日が昇る前の夜明けが一番暗いと、確かにあなたは言った
目には見えない、小さな小さな悪魔のせいで世界が震撼してる。パンデミック。遠くの国で、誰かが亡くなっている。それはいつも。そしてこの国でも。わたしたちは検討されている和牛券とか二枚のマスクとかなんとか宣言とか長すぎるおうち時間(クソ)とかに怯えながら、いままでと少し違う生き方を強いられる。はやく終われ、終われ、終われ、終われ……………………………
今日は、わたしが彼らに会えるはずの、日だった。
当選の結果を見たときの胸の昂りは生涯忘れられないもので。そして、公演のキャンセル通知を見たときの絶望感は、はやく忘れてしまいたいくらい苦しかった。冗談だと思った。寒さを感じた。四月は永遠に来ないのだと思った。
すべてのはじまりを共にするはずだったのに。
胸の中で、だいじにだいじにずっと抱きしめていた箱の中で、シュレーディンガーの猫は死んでいたのだ。
いつまでもいつまでも、ぐずぐずと引きずっていては、だめだとわかっているけど。それでも会いたくて、どうにもできなくて、まだちょっと死にたくなる。
해가 뜨기 전 새벽은 무엇보다 어둡지만
네가 바란 별들은 어둠 속에서만
뜬다는 걸 절대 잊지 마
日が昇る前の夜明けはなにより暗いけど
君が望む星は暗闇の中でだけ光ることを
絶対に忘れるな
SUGA's Interlude
いまは暗闇だった。愛だけがちかちかといつもより強く悲しく光ってる気がする。
必ず、彼らに会わなければならない。好きだと、声が届かないならわたしの虹色に光る星を掲げて伝えたい。ほそくさんはいつも、なにかを願うときはいちばんはじめに「健康」を祈る。それは当たり前であるべきもので、すこし脆いと今更になって気づく。わたしが健康でも、あなたが健康でなければ、あなたが健康でも、わたしがそうでなければ、そして世界が健康でなければ、わたしたちは決して会えないのだった。健康とは、均衡と同意語だった。
彼らのいる国に足を踏み入れることすら出来ない今、わたしたちは本当に、互いの無事を、そしてこの暗闇の収束を祈ることしか出来ない。すこしでもそばにいたいというリアコのわがままは、健康あるのみなのだ。
(ほそくさんの短冊。"すべての健康と幸せ" ギャル字がかわいい)
なぜかわたしは三月に扁桃炎で41度の高熱をキメたり人生初の盲腸になったりとボコボコにやられてるわけなんですが、免疫力がおそらく死んでいるのでほんとにいろいろ気をつけなきゃなと思います。よく食べよく寝て、酒もほどほどにするね。。。どうか健康でいてください。わたしたち、必ず笑って会いましょうね。わたしの不運をどうか笑い飛ばしてくださいね。
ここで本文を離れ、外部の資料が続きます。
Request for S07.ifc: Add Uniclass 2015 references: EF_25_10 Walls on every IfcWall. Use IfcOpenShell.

First a look at what the model holds.

```python
import ifcopenshell

model = ifcopenshell.open("S07.ifc")
print(model.schema)
print("classifications:", [c.Name for c in model.by_type("IfcClassification")])
for ifc_class in ("IfcDoor", "IfcRoof", "IfcStair", "IfcWall", "IfcWindow"):
    print(ifc_class, len(model.by_type(ifc_class)))
```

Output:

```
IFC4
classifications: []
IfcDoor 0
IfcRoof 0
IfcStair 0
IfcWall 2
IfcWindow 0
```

```python
import ifcopenshell
import ifcopenshell.api.classification

model = ifcopenshell.open("S07.ifc")

system = ifcopenshell.api.classification.add_classification(model, classification="Uniclass 2015")

codes = {
    "IfcWall": ("EF_25_10", "Walls"),
}
for ifc_class, (code, name) in codes.items():
    products = model.by_type(ifc_class)
    ifcopenshell.api.classification.add_reference(
        model, products=products, classification=system, identification=code, name=name
    )
    print(code, len(products))

model.write("S07_edited.ifc")
```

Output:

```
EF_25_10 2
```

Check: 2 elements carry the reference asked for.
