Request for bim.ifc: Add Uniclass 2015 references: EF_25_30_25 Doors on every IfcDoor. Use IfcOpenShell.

First a look at what the model holds.

```python
import ifcopenshell

model = ifcopenshell.open("bim.ifc")
print(model.schema)
print("classifications:", [c.Name for c in model.by_type("IfcClassification")])
for ifc_class in ("IfcDoor", "IfcRoof", "IfcStair", "IfcWall", "IfcWindow"):
    print(ifc_class, len(model.by_type(ifc_class)))
```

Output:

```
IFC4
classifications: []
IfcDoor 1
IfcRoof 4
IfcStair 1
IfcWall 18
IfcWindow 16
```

```python
import ifcopenshell
import ifcopenshell.api.classification

model = ifcopenshell.open("bim.ifc")

system = ifcopenshell.api.classification.add_classification(model, classification="Uniclass 2015")

codes = {
    "IfcDoor": ("EF_25_30_25", "Doors"),
}
for ifc_class, (code, name) in codes.items():
    products = model.by_type(ifc_class)
    ifcopenshell.api.classification.add_reference(
        model, products=products, classification=system, identification=code, name=name
    )
    print(code, len(products))

model.write("bim_updated.ifc")
```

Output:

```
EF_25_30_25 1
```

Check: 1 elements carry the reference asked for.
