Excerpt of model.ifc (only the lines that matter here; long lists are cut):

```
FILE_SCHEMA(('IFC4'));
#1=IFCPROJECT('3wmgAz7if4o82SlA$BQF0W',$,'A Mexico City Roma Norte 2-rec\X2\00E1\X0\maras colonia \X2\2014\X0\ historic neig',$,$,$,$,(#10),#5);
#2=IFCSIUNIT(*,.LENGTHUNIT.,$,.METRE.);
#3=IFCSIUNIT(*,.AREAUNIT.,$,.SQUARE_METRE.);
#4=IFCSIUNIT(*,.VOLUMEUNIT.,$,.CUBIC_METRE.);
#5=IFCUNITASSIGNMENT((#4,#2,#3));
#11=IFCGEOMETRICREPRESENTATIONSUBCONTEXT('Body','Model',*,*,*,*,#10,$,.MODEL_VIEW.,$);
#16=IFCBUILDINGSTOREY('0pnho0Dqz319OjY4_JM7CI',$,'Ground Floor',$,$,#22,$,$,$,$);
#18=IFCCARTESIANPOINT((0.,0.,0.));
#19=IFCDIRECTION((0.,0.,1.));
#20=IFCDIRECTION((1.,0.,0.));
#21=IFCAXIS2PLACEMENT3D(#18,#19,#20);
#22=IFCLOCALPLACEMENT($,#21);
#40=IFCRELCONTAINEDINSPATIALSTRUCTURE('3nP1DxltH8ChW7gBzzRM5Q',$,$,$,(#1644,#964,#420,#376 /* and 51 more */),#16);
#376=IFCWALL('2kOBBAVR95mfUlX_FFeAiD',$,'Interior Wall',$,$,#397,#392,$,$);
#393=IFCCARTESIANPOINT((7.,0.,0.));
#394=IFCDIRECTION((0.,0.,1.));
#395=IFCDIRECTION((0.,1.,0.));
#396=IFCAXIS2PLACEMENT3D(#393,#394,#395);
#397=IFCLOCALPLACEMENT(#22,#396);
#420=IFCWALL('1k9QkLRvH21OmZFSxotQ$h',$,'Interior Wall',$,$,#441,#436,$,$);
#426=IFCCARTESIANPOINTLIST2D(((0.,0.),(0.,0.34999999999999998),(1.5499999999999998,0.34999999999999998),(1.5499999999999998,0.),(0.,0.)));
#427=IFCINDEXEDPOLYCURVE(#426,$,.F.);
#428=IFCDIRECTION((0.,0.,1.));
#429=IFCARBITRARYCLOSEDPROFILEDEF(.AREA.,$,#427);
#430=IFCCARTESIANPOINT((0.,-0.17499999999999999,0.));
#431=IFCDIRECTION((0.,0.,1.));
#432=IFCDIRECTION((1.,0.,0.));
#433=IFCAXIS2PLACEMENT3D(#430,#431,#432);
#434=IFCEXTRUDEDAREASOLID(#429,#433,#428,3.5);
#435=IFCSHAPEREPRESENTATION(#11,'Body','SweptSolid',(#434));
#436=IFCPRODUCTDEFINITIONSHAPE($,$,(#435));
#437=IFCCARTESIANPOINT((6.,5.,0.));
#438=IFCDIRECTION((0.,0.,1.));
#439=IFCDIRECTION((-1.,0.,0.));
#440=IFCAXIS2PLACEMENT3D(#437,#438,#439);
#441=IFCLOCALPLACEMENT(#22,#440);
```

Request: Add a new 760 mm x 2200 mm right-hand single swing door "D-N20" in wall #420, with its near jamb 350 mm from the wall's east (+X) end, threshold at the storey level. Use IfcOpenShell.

```python
import numpy as np
import ifcopenshell
import ifcopenshell.api.feature
import ifcopenshell.api.geometry
import ifcopenshell.api.root
import ifcopenshell.api.spatial
import ifcopenshell.geom
import ifcopenshell.util.element
import ifcopenshell.util.placement
import ifcopenshell.util.representation
import ifcopenshell.util.shape
import ifcopenshell.util.unit

model = ifcopenshell.open("model.ifc")
unit_scale = ifcopenshell.util.unit.calculate_unit_scale(model)
settings = ifcopenshell.geom.settings()


def volume(element):
    """Net volume in cubic metres, openings subtracted."""
    shape = ifcopenshell.geom.create_shape(settings, element)
    return ifcopenshell.util.shape.get_volume(shape.geometry)


wall = model.by_guid("1k9QkLRvH21OmZFSxotQ$h")
storey = ifcopenshell.util.element.get_container(wall, ifc_class="IfcBuildingStorey")
context = ifcopenshell.util.representation.get_context(model, "Model", "Body", "MODEL_VIEW")
before = volume(wall)

width, height, from_end, sill = 0.76, 2.2, 0.35, 0.0  # metres

# The wall runs along its own X axis, and the end named is its -X end.
wall_shape = ifcopenshell.geom.create_shape(settings, wall)
x, y, z = ifcopenshell.util.shape.get_vertices(wall_shape.geometry).T
start = x.min() + from_end
face, thickness = float(y.min()), float(y.max() - y.min())
wall_matrix = ifcopenshell.util.placement.get_local_placement(wall.ObjectPlacement)
level = ifcopenshell.util.placement.get_local_placement(storey.ObjectPlacement)[2, 3]


def in_wall(x, y):
    """Placement at x, y metres in the wall's axes, at sill height."""
    matrix = wall_matrix.copy()
    matrix[:, 3] = wall_matrix @ np.array([x / unit_scale, y / unit_scale, 0.0, 1.0])
    matrix[2, 3] = level + sill / unit_scale
    return matrix


# Opening: a box that overshoots both wall faces by 50 mm.
opening = ifcopenshell.api.root.create_entity(model, ifc_class="IfcOpeningElement", predefined_type="OPENING")
box = ifcopenshell.api.geometry.add_wall_representation(
    model, context=context, length=width, height=height, thickness=thickness + 0.1
)
ifcopenshell.api.geometry.assign_representation(model, product=opening, representation=box)
ifcopenshell.api.geometry.edit_object_placement(model, product=opening, matrix=in_wall(start, face - 0.05), is_si=False)
ifcopenshell.api.feature.add_feature(model, feature=opening, element=wall)

door = ifcopenshell.api.root.create_entity(model, ifc_class="IfcDoor", name="D-N20", predefined_type="DOOR")
door.OverallWidth, door.OverallHeight = width / unit_scale, height / unit_scale
door.OperationType = "SINGLE_SWING_RIGHT"
body = ifcopenshell.api.geometry.add_door_representation(
    model,
    context=context,
    overall_width=door.OverallWidth,
    overall_height=door.OverallHeight,
    operation_type="SINGLE_SWING_RIGHT",
    lining_properties={"LiningDepth": thickness / unit_scale, "ThresholdDepth": thickness / unit_scale},
)
ifcopenshell.api.geometry.assign_representation(model, product=door, representation=body)
ifcopenshell.api.spatial.assign_container(model, products=[door], relating_structure=storey)
ifcopenshell.api.feature.add_filling(model, opening=opening, element=door)

# The lining spans the wall, so the door starts at the wall face.
ifcopenshell.api.geometry.edit_object_placement(model, product=door, matrix=in_wall(start, face), is_si=False)

after = volume(wall)

print(f"wall volume {before:.3f} -> {after:.3f} m3")

model.write("model_updated.ifc")
```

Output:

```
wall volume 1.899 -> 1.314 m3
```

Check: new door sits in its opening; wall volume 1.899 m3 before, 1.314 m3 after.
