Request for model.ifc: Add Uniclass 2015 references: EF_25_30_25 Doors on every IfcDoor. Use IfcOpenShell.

First a look at what the model holds.

```python
import ifcopenshell

model = ifcopenshell.open("model.ifc")
print(model.schema)
print("classifications:", [c.Name for c in model.by_type("IfcClassification")])
for ifc_class in ("IfcDoor", "IfcRoof", "IfcStair", "IfcWall", "IfcWindow"):
    print(ifc_class, len(model.by_type(ifc_class)))
```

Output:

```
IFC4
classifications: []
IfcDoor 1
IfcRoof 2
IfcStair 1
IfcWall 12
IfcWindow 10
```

```python
import ifcopenshell
import ifcopenshell.api.classification

model = ifcopenshell.open("model.ifc")

system = ifcopenshell.api.classification.add_classification(model, classification="Uniclass 2015")

codes = {
    "IfcDoor": ("EF_25_30_25", "Doors"),
}
for ifc_class, (code, name) in codes.items():
    products = model.by_type(ifc_class)
    ifcopenshell.api.classification.add_reference(
        model, products=products, classification=system, identification=code, name=name
    )
    print(code, len(products))

model.write("model_edited.ifc")
```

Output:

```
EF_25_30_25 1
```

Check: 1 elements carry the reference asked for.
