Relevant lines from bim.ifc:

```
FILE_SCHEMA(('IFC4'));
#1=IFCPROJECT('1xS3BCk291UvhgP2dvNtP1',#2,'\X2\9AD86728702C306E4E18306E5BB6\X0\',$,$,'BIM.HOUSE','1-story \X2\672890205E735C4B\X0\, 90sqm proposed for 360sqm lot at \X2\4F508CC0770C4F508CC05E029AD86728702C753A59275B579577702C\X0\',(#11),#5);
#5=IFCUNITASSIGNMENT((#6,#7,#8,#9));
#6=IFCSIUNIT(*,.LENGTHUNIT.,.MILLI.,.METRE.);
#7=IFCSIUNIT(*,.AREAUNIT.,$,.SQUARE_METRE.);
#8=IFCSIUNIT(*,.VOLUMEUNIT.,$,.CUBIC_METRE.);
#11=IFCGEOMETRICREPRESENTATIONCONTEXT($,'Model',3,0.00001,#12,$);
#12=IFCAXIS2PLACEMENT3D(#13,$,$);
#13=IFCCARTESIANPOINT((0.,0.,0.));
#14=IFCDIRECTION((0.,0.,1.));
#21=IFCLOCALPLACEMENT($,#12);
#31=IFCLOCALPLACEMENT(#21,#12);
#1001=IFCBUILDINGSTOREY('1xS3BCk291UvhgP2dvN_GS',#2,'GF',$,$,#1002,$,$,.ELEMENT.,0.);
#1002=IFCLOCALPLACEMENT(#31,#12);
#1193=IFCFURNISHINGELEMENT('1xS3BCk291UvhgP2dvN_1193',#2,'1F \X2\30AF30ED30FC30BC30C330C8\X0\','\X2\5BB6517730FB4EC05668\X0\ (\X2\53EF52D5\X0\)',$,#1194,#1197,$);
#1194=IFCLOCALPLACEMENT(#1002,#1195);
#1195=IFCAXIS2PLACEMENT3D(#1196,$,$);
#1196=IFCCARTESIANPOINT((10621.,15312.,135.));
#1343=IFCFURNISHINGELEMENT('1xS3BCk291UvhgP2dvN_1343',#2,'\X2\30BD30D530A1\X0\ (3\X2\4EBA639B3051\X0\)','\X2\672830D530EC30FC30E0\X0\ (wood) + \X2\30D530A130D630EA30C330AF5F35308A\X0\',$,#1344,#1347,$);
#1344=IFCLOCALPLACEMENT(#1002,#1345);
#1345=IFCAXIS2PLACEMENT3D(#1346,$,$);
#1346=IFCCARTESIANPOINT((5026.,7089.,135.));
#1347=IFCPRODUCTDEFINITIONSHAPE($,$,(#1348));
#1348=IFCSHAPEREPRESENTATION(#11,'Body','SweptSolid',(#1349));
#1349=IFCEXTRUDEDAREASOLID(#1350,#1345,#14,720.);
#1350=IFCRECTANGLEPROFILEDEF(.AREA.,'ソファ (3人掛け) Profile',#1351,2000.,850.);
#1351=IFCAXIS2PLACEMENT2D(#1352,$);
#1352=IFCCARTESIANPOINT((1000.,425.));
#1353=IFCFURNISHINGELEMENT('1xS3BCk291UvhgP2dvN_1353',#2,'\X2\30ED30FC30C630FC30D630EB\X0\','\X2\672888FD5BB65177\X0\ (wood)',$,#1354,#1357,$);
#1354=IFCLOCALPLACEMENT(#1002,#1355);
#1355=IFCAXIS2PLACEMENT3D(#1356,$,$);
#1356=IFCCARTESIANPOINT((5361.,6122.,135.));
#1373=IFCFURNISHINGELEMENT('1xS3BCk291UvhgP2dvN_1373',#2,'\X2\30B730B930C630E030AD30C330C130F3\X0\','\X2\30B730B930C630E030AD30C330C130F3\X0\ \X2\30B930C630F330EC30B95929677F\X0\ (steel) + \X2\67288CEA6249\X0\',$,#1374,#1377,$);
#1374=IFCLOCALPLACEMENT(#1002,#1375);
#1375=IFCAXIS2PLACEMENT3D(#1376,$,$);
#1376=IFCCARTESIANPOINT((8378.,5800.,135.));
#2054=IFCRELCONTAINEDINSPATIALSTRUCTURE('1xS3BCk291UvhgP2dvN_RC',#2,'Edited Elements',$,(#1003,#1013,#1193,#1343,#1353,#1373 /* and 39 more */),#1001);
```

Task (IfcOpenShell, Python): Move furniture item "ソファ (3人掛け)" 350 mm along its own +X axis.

```python
import ifcopenshell
import ifcopenshell.api.geometry
import ifcopenshell.util.placement
import ifcopenshell.util.unit

model = ifcopenshell.open("bim.ifc")
unit_scale = ifcopenshell.util.unit.calculate_unit_scale(model)

item = model.by_guid("1xS3BCk291UvhgP2dvN_1343")
matrix = ifcopenshell.util.placement.get_local_placement(item.ObjectPlacement)
matrix[:3, 3] += matrix[:3, 0] * 0.35 / unit_scale
ifcopenshell.api.geometry.edit_object_placement(model, product=item, matrix=matrix, is_si=False)

print(ifcopenshell.util.placement.get_local_placement(item.ObjectPlacement).round(3) + 0.0)

model.write("bim_updated.ifc")
```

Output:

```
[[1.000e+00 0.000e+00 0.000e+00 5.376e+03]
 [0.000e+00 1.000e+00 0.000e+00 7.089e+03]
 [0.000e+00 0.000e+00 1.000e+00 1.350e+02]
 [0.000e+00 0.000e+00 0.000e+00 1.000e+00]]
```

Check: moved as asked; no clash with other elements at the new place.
舞台に立ってないと、辛い、と彼らは言っていて、きっとわたしたちよりも失われたものは大きいのだろう。それでもいつかくる朝のために、その朝だけを信じて必死に準備をしてくれている。たまにそばに現れてくれては、がんばろう、はやく会いたい、とこぼしてくれる。せめて、多忙すぎる彼らの、束の間の休息になればいいと思う。家族や、その………たいせつな、ひとの、そばにいれる時間が増えたなら、すこしは報われるような気がする。それはわたしたちの知らない時間。祈ることしかできない、見えない影の時間たち。この不幸の中で、可能な分だけ、どうか幸せでいてください。
当たり前を、当たり前だと思っていたい。それがほんとうは尊くて奇跡みたいで、大事にしなきゃいけないんだ、と思いたくない。そんなこと知りたくない。何にも怯えたくない。わたしを死にたくさせる理由はひとつだけでいい。死にたくなるほど好き。それだけに困っていたいのに、クソが(本当にシンプル悪口)
自宅待機となったわたしは、どうしたものかなぁとふてくされている。しばらくは、ふわふわになるべきなのにならないコーヒーをつくってみたり、インスタント麺を調合した話題の料理に手を出してみたり、本を読んだり、映画やドラマをみたり、したい。生ぬるい日々の大部分に、彼らへの想いを燃やしながら、そうやって生きてみるつもりだ。安心の確証がない、この不安定な世界で、あなたに会えるまで。生き延びてみせる。死因をあなたにするために。この長い夜が終わって、その朝が来た時、さわやかに起きれるように。
「星は闇の中でだけ光るということを忘れるな。」
星は夜だけ素直になれる空の涙なのかもしれない。どうか優しい夜になるように、あの曲をかけて眠る。
わたしたち、健康に、幸せで、また、逢えますように。